The gap matters because many organisations drive patch SLAs off the numeric score. A programme that escalates at CVSS 9.0 and above will not treat a 7.5 as an emergency. Against that, the qualitative picture — unauthenticated, no user interaction, code execution, in the core of the most widely deployed CMS on the web — is what drove the Critical classification and Rapid7's instruction to patch urgently. Where score and classification disagree this sharply, the defensible posture is to prioritise on attack characteristics and treat the score as a lagging artefact that may yet be revised.

Continuation Context: The CMS Security Thread

This disclosure lands in a sustained run of content-management-system exploitation The CyberSignal has tracked through July. Days earlier, iCagenda and Balbooa Forms Joomla extension flaws were reportedly exploited as zero-days, following CISA's earlier addition of a Joomla JCE component flaw to its Known Exploited Vulnerabilities catalog. On the WordPress side, the Gravity SMTP plugin API-key exposure and the Ghost CMS SQL-injection flaw abused in a ClickFix campaign across roughly 700 sites both featured in the same window, and Australia's Cyber Security Centre issued a mid-July advisory on a large-scale global campaign against CMS platforms and their plugins.

What separates wp2shell from the rest of that thread is the layer it sits on. Those items are extension- and plugin-level issues — real, but bounded by whoever installed the component. CVE-2026-63030 is in WordPress Core, so the exposure question is not "what did we install" but "what version are we on." Set against the 2026 Verizon DBIR finding that vulnerability exploitation has overtaken credential theft as the leading initial-access method, a core-level unauthenticated RCE in the web's most-deployed CMS is precisely the shape of flaw that finding describes.

Open Questions

Several material points remain unestablished. Whether CVE-2026-63030 is being exploited in the wild is not confirmed: Rapid7 was not aware of publicly confirmed in-the-wild exploitation at the time of its writeup, and no exploitation attempt had been reported in the following day's coverage. Whether the flaw will be added to CISA's Known Exploited Vulnerabilities catalog is likewise unconfirmed, and a KEV listing would carry federal remediation deadlines that do not currently apply. The number of exposed installations is not established; Searchlight's estimate that over 500 million websites run WordPress is the total install base, not the vulnerable population, and the affected code exists only from 6.9 onward.

The severity rating should be treated as provisional — the CVSS 7.5 is the score currently assigned, and scores are routinely revised. And whether the forced-update mechanism reaches installations that have disabled automatic updates has not been stated by WordPress, which is precisely why per-site version verification is the recommended action rather than trusting the push.


The CyberSignal Analysis

The facts above come from the advisories and the reporting. What follows is The CyberSignal's editorial reading of what WordPress operators should take from this disclosure; none of it introduces new reported facts.
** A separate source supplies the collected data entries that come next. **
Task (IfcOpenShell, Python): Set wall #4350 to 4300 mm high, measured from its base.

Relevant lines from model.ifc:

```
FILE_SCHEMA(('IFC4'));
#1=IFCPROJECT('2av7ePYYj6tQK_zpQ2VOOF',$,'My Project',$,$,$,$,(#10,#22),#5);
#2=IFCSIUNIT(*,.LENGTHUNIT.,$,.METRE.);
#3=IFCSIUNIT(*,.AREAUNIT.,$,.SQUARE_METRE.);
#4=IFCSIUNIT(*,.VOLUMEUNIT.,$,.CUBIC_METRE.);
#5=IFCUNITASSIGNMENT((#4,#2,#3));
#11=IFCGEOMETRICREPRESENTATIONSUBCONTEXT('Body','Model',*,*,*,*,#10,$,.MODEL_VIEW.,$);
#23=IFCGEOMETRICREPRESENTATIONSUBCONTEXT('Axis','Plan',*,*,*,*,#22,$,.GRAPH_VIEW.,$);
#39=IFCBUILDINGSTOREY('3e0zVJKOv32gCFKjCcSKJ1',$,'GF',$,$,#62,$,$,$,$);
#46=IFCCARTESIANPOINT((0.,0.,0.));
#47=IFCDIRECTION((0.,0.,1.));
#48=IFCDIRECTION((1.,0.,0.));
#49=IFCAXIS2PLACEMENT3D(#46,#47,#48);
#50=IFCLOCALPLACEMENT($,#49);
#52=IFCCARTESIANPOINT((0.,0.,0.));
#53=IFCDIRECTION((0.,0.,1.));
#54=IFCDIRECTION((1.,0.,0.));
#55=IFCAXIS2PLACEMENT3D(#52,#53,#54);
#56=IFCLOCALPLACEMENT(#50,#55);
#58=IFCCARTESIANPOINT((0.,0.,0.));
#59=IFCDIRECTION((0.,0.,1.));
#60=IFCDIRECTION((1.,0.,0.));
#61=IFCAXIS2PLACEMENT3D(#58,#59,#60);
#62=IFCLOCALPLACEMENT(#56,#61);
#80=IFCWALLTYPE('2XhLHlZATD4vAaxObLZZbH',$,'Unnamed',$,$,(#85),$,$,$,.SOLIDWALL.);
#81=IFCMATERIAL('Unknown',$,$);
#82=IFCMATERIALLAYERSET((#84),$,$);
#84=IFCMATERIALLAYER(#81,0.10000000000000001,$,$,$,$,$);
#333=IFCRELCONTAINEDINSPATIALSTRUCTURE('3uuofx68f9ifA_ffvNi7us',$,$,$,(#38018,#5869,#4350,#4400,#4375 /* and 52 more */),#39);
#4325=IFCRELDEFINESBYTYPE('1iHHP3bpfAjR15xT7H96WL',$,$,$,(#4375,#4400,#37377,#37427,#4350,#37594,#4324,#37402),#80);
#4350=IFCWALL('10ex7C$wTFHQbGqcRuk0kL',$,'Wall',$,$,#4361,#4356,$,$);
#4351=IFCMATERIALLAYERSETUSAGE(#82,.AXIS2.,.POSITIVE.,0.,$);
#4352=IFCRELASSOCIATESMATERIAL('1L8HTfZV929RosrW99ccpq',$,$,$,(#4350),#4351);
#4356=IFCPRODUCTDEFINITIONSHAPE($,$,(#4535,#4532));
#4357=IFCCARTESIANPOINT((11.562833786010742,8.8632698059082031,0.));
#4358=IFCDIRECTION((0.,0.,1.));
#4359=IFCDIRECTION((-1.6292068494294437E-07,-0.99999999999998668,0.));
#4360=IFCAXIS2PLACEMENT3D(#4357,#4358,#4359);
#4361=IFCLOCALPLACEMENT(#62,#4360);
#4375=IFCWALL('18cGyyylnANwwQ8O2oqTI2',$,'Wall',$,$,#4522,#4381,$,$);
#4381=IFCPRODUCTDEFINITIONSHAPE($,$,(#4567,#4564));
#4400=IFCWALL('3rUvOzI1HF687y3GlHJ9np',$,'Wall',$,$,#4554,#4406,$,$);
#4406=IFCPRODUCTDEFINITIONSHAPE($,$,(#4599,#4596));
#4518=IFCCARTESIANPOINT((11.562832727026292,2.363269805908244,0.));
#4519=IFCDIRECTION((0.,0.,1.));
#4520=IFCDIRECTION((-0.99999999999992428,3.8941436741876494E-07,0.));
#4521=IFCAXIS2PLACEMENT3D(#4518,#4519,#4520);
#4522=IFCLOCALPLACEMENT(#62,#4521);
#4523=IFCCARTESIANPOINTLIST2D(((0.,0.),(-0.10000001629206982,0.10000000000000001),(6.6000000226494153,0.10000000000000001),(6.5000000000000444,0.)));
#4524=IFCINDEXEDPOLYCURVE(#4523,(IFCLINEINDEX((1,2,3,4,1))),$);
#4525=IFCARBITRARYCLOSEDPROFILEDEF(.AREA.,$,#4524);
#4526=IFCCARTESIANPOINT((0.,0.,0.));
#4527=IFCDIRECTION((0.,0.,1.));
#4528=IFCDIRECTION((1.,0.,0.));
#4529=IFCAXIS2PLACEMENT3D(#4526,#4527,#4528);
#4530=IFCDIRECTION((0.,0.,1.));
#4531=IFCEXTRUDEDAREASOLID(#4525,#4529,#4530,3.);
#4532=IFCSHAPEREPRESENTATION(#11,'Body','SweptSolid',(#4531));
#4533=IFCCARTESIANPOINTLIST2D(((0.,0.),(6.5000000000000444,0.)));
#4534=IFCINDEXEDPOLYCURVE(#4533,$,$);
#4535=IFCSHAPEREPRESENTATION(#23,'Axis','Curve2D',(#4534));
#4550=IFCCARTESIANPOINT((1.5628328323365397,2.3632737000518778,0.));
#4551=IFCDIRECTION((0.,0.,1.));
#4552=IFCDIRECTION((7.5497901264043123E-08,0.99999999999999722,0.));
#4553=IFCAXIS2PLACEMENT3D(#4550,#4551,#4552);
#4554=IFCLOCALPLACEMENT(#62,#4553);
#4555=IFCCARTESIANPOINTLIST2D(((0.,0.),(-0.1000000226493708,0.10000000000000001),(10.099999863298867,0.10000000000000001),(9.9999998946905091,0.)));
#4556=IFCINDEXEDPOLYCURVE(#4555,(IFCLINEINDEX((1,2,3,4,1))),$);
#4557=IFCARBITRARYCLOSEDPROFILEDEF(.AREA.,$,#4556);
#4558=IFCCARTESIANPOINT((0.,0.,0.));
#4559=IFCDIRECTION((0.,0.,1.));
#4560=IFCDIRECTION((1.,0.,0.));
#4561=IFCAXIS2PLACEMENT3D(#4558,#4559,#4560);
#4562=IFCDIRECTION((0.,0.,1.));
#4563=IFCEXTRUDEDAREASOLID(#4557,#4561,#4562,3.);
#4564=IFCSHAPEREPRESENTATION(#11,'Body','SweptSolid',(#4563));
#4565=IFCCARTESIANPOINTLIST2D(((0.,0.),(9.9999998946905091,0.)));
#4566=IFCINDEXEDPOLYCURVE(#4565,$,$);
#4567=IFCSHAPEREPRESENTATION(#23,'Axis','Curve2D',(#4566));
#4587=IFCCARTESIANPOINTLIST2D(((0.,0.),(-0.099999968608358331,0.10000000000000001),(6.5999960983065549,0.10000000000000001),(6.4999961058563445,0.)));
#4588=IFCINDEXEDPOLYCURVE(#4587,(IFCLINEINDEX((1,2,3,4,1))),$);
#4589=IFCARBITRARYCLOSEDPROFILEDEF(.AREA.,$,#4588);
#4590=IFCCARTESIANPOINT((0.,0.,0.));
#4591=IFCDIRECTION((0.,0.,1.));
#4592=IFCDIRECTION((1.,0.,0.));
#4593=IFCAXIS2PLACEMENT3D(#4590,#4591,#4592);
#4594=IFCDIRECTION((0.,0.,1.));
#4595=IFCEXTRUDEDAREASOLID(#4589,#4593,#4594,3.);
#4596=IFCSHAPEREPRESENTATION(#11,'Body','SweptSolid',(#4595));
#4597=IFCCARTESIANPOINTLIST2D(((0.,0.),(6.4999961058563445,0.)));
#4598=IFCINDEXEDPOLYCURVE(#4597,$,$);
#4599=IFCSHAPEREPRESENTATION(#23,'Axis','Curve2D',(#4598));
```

```python
import ifcopenshell
import ifcopenshell.geom
import ifcopenshell.util.representation
import ifcopenshell.util.shape

model = ifcopenshell.open("model.ifc")
settings = ifcopenshell.geom.settings()


def volume(element):
    """Net volume in cubic metres, openings subtracted."""
    shape = ifcopenshell.geom.create_shape(settings, element)
    return ifcopenshell.util.shape.get_volume(shape.geometry)


wall = model.by_guid("10ex7C$wTFHQbGqcRuk0kL")
before = volume(wall)

body = ifcopenshell.util.representation.get_representation(wall, "Model", "Body")
solid = body.Items[0]
old_height = solid.Depth
solid.Depth = 4.3
after = volume(wall)

print(f"height {old_height:g} -> {solid.Depth:g}, volume {before:.3f} -> {after:.3f} m3")

model.write("model_updated.ifc")
```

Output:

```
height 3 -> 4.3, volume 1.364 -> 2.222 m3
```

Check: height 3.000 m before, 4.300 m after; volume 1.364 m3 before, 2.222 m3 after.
Signal 01 — Core-Level Scope Removes the Usual Triage Filter

Almost every WordPress security story of the past two years has been a plugin story, and defenders have built their reflexes accordingly: check the plugin inventory, filter to the affected component, patch the subset. CVE-2026-63030 defeats that reflex, because the vulnerable code is in WordPress Core and a stock install with no plugins is in scope. Our reading is that this changes what a credible answer looks like. "We don't run that plugin" is not available here; the only sufficient answer is a version number per site — and the sites least likely to be on that list are the forgotten campaign microsites nobody treats as production infrastructure.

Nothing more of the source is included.